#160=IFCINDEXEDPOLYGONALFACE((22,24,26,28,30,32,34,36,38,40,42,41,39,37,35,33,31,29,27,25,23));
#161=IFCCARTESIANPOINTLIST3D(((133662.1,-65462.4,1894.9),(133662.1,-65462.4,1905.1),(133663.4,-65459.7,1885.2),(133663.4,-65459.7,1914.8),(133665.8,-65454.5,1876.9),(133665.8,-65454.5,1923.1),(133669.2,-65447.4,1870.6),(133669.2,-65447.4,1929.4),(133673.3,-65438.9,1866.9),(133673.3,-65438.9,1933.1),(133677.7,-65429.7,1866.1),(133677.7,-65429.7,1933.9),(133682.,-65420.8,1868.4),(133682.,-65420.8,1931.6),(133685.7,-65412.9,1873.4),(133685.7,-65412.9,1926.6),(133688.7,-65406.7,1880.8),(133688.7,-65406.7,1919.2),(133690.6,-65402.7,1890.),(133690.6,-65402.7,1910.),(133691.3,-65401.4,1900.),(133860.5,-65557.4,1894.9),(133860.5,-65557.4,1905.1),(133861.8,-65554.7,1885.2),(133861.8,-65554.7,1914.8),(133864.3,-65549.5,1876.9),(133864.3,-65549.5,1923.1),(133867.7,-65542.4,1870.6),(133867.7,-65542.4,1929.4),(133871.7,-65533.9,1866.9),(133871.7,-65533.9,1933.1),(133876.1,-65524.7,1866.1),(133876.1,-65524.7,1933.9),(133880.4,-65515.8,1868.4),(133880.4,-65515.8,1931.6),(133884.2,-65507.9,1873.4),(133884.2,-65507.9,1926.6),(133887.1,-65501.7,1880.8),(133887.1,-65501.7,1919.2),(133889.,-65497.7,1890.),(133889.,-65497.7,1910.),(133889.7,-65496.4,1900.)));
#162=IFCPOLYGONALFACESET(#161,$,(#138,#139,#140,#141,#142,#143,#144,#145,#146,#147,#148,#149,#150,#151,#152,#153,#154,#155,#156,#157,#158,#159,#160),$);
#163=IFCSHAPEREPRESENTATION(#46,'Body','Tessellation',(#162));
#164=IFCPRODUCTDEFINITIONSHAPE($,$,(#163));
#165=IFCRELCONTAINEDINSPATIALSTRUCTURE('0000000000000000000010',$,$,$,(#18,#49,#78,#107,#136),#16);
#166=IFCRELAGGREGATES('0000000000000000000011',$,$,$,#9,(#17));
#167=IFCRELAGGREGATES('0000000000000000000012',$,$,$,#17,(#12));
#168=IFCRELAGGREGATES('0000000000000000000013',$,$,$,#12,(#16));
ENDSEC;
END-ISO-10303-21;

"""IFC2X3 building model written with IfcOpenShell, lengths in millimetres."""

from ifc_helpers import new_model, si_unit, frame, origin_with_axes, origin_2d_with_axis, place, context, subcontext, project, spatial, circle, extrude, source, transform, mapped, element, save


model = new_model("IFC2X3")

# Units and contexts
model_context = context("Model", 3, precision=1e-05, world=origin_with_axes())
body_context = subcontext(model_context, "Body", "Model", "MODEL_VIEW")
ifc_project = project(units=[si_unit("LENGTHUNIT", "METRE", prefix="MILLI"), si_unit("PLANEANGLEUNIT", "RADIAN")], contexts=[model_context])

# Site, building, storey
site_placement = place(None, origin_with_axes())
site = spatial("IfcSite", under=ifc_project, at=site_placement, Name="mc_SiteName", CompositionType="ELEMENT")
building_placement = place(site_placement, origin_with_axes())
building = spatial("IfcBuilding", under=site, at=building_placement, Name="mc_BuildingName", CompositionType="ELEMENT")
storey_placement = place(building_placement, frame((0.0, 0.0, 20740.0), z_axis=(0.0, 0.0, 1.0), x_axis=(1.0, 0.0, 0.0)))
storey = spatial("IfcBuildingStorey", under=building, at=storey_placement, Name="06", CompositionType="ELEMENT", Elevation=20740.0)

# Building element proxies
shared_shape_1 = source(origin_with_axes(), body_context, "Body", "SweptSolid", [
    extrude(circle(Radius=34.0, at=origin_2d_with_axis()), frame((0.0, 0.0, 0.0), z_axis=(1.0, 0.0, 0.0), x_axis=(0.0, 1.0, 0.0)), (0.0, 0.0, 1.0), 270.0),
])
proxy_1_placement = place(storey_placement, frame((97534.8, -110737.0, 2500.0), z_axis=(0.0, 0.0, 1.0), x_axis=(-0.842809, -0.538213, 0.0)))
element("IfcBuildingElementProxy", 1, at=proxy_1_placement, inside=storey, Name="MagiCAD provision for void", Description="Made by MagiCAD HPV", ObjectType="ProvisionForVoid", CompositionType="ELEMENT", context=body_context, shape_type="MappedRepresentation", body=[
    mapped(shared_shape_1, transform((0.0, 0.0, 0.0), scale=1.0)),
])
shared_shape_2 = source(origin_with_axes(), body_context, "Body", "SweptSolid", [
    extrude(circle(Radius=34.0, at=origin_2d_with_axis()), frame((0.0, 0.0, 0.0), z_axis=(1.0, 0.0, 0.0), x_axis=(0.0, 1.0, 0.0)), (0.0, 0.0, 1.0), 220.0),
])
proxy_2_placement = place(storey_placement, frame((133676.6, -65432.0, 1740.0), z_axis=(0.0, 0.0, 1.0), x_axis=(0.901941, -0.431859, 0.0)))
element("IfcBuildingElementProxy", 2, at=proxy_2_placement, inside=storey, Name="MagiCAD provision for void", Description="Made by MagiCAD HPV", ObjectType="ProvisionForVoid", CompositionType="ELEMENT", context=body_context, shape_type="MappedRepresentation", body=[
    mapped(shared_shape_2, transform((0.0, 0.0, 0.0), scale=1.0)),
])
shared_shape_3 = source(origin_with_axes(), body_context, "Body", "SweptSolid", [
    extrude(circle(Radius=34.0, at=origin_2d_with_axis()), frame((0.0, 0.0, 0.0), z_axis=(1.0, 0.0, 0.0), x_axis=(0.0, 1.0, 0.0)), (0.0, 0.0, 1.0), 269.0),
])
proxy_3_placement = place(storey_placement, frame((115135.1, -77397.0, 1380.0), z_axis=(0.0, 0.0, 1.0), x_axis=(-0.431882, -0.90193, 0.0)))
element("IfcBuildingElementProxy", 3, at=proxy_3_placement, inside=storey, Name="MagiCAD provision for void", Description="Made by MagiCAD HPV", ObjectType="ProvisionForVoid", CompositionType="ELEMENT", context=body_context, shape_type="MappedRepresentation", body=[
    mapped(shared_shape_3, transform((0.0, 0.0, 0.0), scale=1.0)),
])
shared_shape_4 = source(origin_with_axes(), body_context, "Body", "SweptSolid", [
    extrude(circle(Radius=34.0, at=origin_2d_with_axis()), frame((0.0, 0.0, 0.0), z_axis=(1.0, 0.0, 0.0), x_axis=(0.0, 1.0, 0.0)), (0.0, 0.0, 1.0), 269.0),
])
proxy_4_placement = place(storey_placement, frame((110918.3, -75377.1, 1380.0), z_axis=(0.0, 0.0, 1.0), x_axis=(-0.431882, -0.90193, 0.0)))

---

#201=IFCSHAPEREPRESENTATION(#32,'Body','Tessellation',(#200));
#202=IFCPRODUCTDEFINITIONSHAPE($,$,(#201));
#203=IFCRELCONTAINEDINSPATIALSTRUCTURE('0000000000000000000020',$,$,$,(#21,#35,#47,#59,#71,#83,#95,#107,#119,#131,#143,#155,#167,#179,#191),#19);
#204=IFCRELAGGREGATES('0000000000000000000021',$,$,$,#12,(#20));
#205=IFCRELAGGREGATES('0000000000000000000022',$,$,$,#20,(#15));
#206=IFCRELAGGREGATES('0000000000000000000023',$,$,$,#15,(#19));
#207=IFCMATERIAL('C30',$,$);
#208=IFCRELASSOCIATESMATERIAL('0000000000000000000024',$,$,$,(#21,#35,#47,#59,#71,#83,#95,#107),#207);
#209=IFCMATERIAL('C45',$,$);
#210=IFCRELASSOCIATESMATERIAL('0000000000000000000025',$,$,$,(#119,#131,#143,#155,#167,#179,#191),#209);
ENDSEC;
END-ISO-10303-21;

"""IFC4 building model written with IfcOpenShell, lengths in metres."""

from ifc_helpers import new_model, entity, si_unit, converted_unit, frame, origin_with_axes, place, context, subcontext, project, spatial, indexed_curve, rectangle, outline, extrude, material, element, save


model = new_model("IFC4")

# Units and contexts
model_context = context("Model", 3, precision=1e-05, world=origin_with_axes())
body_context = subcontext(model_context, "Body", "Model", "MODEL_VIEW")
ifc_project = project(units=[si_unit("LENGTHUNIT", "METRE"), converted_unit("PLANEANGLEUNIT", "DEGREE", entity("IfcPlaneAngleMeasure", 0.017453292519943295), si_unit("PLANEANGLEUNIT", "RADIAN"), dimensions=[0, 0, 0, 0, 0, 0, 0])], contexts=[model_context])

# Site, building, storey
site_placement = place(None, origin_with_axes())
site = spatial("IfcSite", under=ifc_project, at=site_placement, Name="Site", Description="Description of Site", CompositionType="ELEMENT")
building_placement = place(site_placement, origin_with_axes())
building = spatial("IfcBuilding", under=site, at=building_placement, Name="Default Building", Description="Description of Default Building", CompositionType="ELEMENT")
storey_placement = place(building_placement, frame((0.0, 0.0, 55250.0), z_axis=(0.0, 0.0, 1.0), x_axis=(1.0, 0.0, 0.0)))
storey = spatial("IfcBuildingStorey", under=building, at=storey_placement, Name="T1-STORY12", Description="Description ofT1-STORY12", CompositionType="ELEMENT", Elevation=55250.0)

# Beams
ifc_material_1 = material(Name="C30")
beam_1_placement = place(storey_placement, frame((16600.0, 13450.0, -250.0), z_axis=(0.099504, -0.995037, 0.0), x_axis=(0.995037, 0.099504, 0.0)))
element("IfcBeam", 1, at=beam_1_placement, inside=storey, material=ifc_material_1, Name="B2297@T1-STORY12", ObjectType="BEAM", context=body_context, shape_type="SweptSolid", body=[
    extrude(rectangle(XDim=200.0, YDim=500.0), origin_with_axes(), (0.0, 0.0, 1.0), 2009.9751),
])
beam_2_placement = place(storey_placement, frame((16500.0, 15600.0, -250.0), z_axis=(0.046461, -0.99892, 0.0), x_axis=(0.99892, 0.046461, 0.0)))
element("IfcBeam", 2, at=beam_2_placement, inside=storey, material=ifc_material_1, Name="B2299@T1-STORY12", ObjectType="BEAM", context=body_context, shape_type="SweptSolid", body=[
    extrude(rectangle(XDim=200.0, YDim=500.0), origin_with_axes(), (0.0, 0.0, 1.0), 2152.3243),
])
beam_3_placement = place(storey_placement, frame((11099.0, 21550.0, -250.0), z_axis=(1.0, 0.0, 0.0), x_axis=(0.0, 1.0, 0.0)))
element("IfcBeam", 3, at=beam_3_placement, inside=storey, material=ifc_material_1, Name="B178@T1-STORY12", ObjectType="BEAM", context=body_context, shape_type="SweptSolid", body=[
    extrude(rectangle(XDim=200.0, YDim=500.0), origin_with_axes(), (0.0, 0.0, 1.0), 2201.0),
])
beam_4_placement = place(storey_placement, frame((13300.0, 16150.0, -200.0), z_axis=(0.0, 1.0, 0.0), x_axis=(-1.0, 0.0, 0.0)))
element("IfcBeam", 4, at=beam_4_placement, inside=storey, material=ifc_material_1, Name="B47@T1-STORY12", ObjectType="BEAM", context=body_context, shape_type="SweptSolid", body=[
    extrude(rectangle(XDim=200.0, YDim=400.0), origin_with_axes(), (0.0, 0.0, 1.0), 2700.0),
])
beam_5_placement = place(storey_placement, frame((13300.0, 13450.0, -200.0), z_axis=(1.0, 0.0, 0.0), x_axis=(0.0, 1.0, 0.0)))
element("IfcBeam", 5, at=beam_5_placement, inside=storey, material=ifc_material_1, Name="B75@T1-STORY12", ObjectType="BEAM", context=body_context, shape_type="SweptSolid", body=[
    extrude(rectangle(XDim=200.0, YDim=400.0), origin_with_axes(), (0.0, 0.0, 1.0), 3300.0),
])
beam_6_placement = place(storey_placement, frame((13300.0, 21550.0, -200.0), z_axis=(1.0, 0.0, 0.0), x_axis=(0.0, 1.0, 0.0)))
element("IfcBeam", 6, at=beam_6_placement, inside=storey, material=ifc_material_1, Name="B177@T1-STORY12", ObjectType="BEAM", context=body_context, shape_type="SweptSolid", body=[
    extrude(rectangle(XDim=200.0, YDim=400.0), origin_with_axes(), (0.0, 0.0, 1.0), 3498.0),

▸ **Task to complete**:
Where a line above contains the word "transform", show that line.

▸ **Response area**:
from ifc_helpers import new_model, si_unit, frame, origin_with_axes, origin_2d_with_axis, place, context, subcontext, project, spatial, circle, extrude, source, transform, mapped, element, save
    mapped(shared_shape_1, transform((0.0, 0.0, 0.0), scale=1.0)),
    mapped(shared_shape_2, transform((0.0, 0.0, 0.0), scale=1.0)),
    mapped(shared_shape_3, transform((0.0, 0.0, 0.0), scale=1.0)),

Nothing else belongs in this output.